Kael terhuyung. Suara dalam kepalanya semakin keras—Umbra, bersama bisikan lain yang lebih tua, lebih dalam. Seolah semua bayangan dunia berbicara kepadanya sekaligus.
“Terimalah kami. Kau bukan manusia biasa. Kau adalah jembatan. Bersama kami, kau akan menjadi lebih dari raja, lebih dari dewa. Kau akan menjadi bayangan itu sendiri.”
Kael menutup telinga, berteriak, “Diam!!” tapi bisikan itu tak berhenti.
Lyra, yang berdiri di pinggir arena bersama Soren dan Elira, berteriak histeris. “Kael! Itu bukan kau! Jangan dengarkan mereka! Kau bukan hanya bayangan—kau Kael!”
Soren menabrak penjaga arena yang berusaha menghalangi, namun gagal mendekat. “Bocah itu tidak sendiri! Jangan biarkan mereka merenggutnya!”
Kael terjatuh berlutut. Tangannya hampir menyentuh energi hitam yang keluar dari gerbang. Sekejap, ia melihat visi aneh—dunia Eldoria hancur, langit diliputi kegelapan, dirinya duduk di atas singgasana bayangan dengan mata merah menyala.
Umbra tertawa di dalam pikirannya. “Lihatlah takdirmu. Dunia akan tunduk. Kau tak perlu lagi ditolak atau dibenci. Mereka akan berlutut. Kau hanya perlu… membuka pintu.”
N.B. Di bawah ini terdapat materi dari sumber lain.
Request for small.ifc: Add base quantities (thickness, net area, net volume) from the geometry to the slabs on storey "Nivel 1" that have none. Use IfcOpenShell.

First a look at what the model holds.

```python
import ifcopenshell
import ifcopenshell.util.element
import ifcopenshell.util.unit

model = ifcopenshell.open("small.ifc")
print(model.schema)
for unit_type in ("LENGTHUNIT", "AREAUNIT", "VOLUMEUNIT"):
    print(unit_type, ifcopenshell.util.unit.calculate_unit_scale(model, unit_type))
storey = next(s for s in model.by_type("IfcBuildingStorey") if s.Name == "Nivel 1")
slabs = [e for e in ifcopenshell.util.element.get_decomposition(storey) if e.is_a("IfcSlab")]
for e in sorted(slabs, key=lambda e: e.id()):
    print(e.id(), e.is_a(), e.Name, list(ifcopenshell.util.element.get_psets(e, qtos_only=True)), sep=" | ")
```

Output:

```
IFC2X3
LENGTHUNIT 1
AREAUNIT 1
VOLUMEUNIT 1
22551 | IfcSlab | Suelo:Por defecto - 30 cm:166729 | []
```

```python
import ifcopenshell
import ifcopenshell.api.pset
import ifcopenshell.geom
import ifcopenshell.util.element
import ifcopenshell.util.shape
import ifcopenshell.util.unit

model = ifcopenshell.open("small.ifc")
unit_scale = ifcopenshell.util.unit.calculate_unit_scale(model)
area_scale = ifcopenshell.util.unit.calculate_unit_scale(model, "AREAUNIT")
volume_scale = ifcopenshell.util.unit.calculate_unit_scale(model, "VOLUMEUNIT")
settings = ifcopenshell.geom.settings()

storey = next(s for s in model.by_type("IfcBuildingStorey") if s.Name == "Nivel 1")
slabs = [e for e in ifcopenshell.util.element.get_decomposition(storey) if e.is_a("IfcSlab")]

for e in sorted(slabs, key=lambda e: e.id()):
    if ifcopenshell.util.element.get_psets(e, qtos_only=True, should_inherit=False):
        continue
    # Geometry comes back in metres, in the element's own axes.
    shape = ifcopenshell.geom.create_shape(settings, e)
    values = {
        "Width": ifcopenshell.util.shape.get_z(shape.geometry) / unit_scale,
        "NetArea": ifcopenshell.util.shape.get_footprint_area(shape.geometry) / area_scale,
        "NetVolume": ifcopenshell.util.shape.get_volume(shape.geometry) / volume_scale,
    }
    qto = ifcopenshell.api.pset.add_qto(model, product=e, name="BaseQuantities")
    ifcopenshell.api.pset.edit_qto(model, qto=qto, properties=values)
    print(e.id(), {k: round(v, 3) for k, v in values.items()})

model.write("small_rev.ifc")
```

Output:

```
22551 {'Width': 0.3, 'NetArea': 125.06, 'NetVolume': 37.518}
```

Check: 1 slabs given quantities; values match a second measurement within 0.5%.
Kael menggertakkan gigi. Tapi… kalau aku lakukan itu, semua orang akan menderita. Eldoria akan hilang.
Namun suara itu berbisik lembut, menggoda: “Eldoria selalu membencimu. Mereka tidak akan pernah menerimamu. Mengapa kau harus berkorban demi mereka?”
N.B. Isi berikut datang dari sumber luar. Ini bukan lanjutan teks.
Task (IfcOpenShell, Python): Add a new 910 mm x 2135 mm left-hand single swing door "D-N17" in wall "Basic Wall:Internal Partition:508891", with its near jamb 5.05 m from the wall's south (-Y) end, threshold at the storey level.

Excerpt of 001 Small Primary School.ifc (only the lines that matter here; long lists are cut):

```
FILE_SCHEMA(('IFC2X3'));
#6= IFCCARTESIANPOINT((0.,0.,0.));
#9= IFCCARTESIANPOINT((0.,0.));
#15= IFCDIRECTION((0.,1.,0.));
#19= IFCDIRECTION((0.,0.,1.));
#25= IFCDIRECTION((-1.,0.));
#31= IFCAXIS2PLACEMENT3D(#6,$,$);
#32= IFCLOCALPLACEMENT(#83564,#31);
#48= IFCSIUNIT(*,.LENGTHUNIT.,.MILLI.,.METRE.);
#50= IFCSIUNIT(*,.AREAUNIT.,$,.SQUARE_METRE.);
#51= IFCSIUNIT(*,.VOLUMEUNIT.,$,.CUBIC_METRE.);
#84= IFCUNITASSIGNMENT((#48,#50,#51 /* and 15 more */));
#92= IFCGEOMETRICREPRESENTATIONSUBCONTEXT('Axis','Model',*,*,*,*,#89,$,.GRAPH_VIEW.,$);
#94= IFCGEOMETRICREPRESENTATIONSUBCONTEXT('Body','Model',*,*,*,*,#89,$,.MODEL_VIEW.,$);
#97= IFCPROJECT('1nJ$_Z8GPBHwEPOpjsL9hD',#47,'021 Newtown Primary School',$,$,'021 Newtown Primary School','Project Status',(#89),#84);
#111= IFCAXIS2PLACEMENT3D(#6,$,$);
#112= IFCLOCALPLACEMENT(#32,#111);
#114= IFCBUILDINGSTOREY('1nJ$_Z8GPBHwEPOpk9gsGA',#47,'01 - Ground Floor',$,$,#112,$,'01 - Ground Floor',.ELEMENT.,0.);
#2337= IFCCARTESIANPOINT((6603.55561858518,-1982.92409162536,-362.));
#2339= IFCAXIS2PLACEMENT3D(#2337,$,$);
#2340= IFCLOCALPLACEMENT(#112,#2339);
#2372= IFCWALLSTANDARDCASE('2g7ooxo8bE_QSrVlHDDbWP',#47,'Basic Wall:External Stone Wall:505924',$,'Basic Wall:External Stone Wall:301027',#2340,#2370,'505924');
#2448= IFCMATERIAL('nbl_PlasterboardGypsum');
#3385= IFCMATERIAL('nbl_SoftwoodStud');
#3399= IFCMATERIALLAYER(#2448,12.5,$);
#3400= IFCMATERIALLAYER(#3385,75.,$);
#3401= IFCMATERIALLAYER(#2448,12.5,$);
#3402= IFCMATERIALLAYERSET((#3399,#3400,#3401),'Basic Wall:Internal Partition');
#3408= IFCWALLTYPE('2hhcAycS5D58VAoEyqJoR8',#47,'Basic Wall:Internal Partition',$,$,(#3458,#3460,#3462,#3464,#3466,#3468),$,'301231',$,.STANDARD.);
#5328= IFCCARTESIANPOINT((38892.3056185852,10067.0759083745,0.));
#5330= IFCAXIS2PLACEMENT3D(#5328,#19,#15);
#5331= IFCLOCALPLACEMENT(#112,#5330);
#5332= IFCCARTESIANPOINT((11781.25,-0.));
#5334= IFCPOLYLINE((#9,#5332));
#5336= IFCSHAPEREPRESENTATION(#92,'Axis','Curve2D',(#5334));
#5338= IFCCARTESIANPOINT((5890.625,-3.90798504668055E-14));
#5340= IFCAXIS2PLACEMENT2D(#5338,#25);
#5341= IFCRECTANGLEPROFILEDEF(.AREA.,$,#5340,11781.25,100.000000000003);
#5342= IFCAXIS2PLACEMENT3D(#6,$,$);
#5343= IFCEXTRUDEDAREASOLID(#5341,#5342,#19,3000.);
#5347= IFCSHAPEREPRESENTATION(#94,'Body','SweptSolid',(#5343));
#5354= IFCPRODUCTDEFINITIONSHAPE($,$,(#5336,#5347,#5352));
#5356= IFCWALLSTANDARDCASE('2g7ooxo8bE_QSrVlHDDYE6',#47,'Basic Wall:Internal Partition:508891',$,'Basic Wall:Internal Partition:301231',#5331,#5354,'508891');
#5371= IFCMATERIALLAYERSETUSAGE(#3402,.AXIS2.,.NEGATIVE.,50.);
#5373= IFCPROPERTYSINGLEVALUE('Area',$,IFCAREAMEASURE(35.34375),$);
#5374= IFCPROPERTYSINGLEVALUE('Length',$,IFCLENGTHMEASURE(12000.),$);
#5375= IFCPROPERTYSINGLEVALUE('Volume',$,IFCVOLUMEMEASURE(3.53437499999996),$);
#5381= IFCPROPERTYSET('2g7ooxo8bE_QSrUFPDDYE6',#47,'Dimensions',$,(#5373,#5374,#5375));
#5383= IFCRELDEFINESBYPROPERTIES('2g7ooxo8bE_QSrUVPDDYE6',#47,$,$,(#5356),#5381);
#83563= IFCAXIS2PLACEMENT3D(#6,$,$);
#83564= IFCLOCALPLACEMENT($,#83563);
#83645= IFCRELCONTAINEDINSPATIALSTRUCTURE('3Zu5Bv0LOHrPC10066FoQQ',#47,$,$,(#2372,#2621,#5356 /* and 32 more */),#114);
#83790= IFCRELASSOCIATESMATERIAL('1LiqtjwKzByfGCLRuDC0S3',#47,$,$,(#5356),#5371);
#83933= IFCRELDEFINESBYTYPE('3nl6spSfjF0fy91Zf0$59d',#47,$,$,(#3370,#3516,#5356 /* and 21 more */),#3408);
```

```python
import numpy as np
import ifcopenshell
import ifcopenshell.api.feature
import ifcopenshell.api.geometry
import ifcopenshell.api.pset
import ifcopenshell.api.root
import ifcopenshell.api.spatial
import ifcopenshell.api.type
import ifcopenshell.geom
import ifcopenshell.util.element
import ifcopenshell.util.placement
import ifcopenshell.util.representation
import ifcopenshell.util.shape
import ifcopenshell.util.unit

model = ifcopenshell.open("001 Small Primary School.ifc")
unit_scale = ifcopenshell.util.unit.calculate_unit_scale(model)
area_scale = ifcopenshell.util.unit.calculate_unit_scale(model, "AREAUNIT")
volume_scale = ifcopenshell.util.unit.calculate_unit_scale(model, "VOLUMEUNIT")
settings = ifcopenshell.geom.settings()


def volume(element):
    """Net volume in cubic metres, openings subtracted."""
    shape = ifcopenshell.geom.create_shape(settings, element)
    return ifcopenshell.util.shape.get_volume(shape.geometry)


wall = model.by_id(5356)
storey = ifcopenshell.util.element.get_container(wall, ifc_class="IfcBuildingStorey")
context = ifcopenshell.util.representation.get_context(model, "Model", "Body", "MODEL_VIEW")
before = volume(wall)

width, height, from_end, sill = 0.91, 2.135, 5.05, 0.0  # metres

# The wall runs along its own X axis, and the end named is its -X end.
wall_shape = ifcopenshell.geom.create_shape(settings, wall)
x, y, z = ifcopenshell.util.shape.get_vertices(wall_shape.geometry).T
start = x.min() + from_end
face, thickness = float(y.min()), float(y.max() - y.min())
wall_matrix = ifcopenshell.util.placement.get_local_placement(wall.ObjectPlacement)
level = ifcopenshell.util.placement.get_local_placement(storey.ObjectPlacement)[2, 3]


def in_wall(x, y):
    """Placement at x, y metres in the wall's axes, at sill height."""
    matrix = wall_matrix.copy()
    matrix[:, 3] = wall_matrix @ np.array([x / unit_scale, y / unit_scale, 0.0, 1.0])
    matrix[2, 3] = level + sill / unit_scale
    return matrix


# Opening: a box that overshoots both wall faces by 50 mm.
opening = ifcopenshell.api.root.create_entity(model, ifc_class="IfcOpeningElement")
box = ifcopenshell.api.geometry.add_wall_representation(
    model, context=context, length=width, height=height, thickness=thickness + 0.1
)
ifcopenshell.api.geometry.assign_representation(model, product=opening, representation=box)
ifcopenshell.api.geometry.edit_object_placement(model, product=opening, matrix=in_wall(start, face - 0.05), is_si=False)
ifcopenshell.api.feature.add_feature(model, feature=opening, element=wall)

door = ifcopenshell.api.root.create_entity(model, ifc_class="IfcDoor", name="D-N17")
door.OverallWidth, door.OverallHeight = width / unit_scale, height / unit_scale
body = ifcopenshell.api.geometry.add_door_representation(
    model,
    context=context,
    overall_width=door.OverallWidth,
    overall_height=door.OverallHeight,
    operation_type="SINGLE_SWING_LEFT",
    lining_properties={"LiningDepth": thickness / unit_scale, "ThresholdDepth": thickness / unit_scale},
)
ifcopenshell.api.geometry.assign_representation(model, product=door, representation=body)
ifcopenshell.api.spatial.assign_container(model, products=[door], relating_structure=storey)
fills = ifcopenshell.api.feature.add_filling(model, opening=opening, element=door)
fills.OwnerHistory = door.OwnerHistory  # required in IFC2X3

# IFC2X3 keeps the operation on the door style.
style = ifcopenshell.api.root.create_entity(model, ifc_class="IfcDoorStyle", name="D-N17")
style.OperationType, style.ConstructionType = "SINGLE_SWING_LEFT", "NOTDEFINED"
style.ParameterTakesPrecedence = style.Sizeable = False
ifcopenshell.api.type.assign_type(model, related_objects=[door], relating_type=style)

# The lining spans the wall, so the door starts at the wall face.
ifcopenshell.api.geometry.edit_object_placement(model, product=door, matrix=in_wall(start, face), is_si=False)

after = volume(wall)

# Update the wall's stored quantities.
pset = model.by_id(ifcopenshell.util.element.get_pset(wall, "Dimensions", should_inherit=False)["id"])
ifcopenshell.api.pset.edit_pset(model, pset=pset, properties={
    "Area": model.create_entity("IfcAreaMeasure", after / thickness / area_scale),
    "Volume": model.create_entity("IfcVolumeMeasure", after / volume_scale),
})

print(f"wall volume {before:.3f} -> {after:.3f} m3")

model.write("001 Small Primary School_rev.ifc")
```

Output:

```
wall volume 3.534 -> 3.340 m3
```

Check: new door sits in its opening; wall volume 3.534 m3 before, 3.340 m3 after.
Air mata mengalir di wajah Kael. Di satu sisi, tawaran itu terasa seperti kebebasan; di sisi lain, ia tahu itu adalah jalan menuju kehancuran.
Tiba-tiba, suara lain masuk—bukan dari luar, melainkan dari ingatannya. Suara ibunya, samar, dari masa kecil. “Kael, ingat… kau tidak didefinisikan oleh darahmu, tapi oleh pilihanmu.”
Nafas Kael tercekat. Ia menggenggam pedang bayangan yang masih terbentuk di tangannya. Perlahan ia berdiri, meski tubuhnya gemetar.
“Aku… bukan boneka bayangan. Aku bukan dewa atau iblis. Aku Kael.” Ia menatap gerbang itu dengan tatapan membara. “Dan aku memilih… menutupmu!”
Dengan teriakan keras, Kael menancapkan pedang bayangan ke simbol di lantai arena. Cahaya hitam dari gerbang bergetar, tangan-tangan bayangan menjerit sebelum terhisap kembali. Gerbang itu berderak, retak, lalu runtuh menjadi debu cahaya hitam yang lenyap ditiup angin.
Arena terdiam. Hening begitu dalam, hanya terdengar napas Kael yang terengah.
Lalu, perlahan, sorak-sorai pecah. Rakyat berteriak kagum, sebagian penyihir saling menatap terkejut.
Archmage Deylon berdiri, matanya tajam menatap Kael. “Kau… berhasil. Kau menolak panggilan kegelapan. Itu berarti… kau memang bukan sekadar bayangan.”
Namun nada suaranya tidak sepenuhnya lega. Lebih seperti pengakuan pahit bahwa apa yang ia yakini mungkin salah.
Kael hampir roboh, namun Lyra berlari masuk dan menangkapnya. “Kau melakukannya,” bisiknya. “Aku tahu kau bisa.”
Soren menyeringai, menepuk bahu Kael dengan keras. “Kau anak gila… hampir membuat jantungku copot.”
Elira menatap Kael dengan sorot mata penuh harapan. “Itu baru permulaan. Kau membuktikan dirimu… tapi Eldoria masih belum aman. Gerbang asli masih menunggu di Drakthar.”
Deylon mengangkat tongkatnya, menghentikan sorak rakyat. “Dewan Arcanum telah menyaksikan. Mulai hari ini, Kael diakui sebagai… Penjaga Bayangan. Namun ingat, ujian ini hanya awal. Jika kau tergelincir, Eldoria sendiri yang akan menebusnya.”
Kael berdiri, meski tubuhnya gemetar. Dalam hatinya, ia tahu satu hal: kegelapan memang ada dalam dirinya, tapi pilihan tetap miliknya.
Dan untuk pertama kalinya, ia merasa… bebas.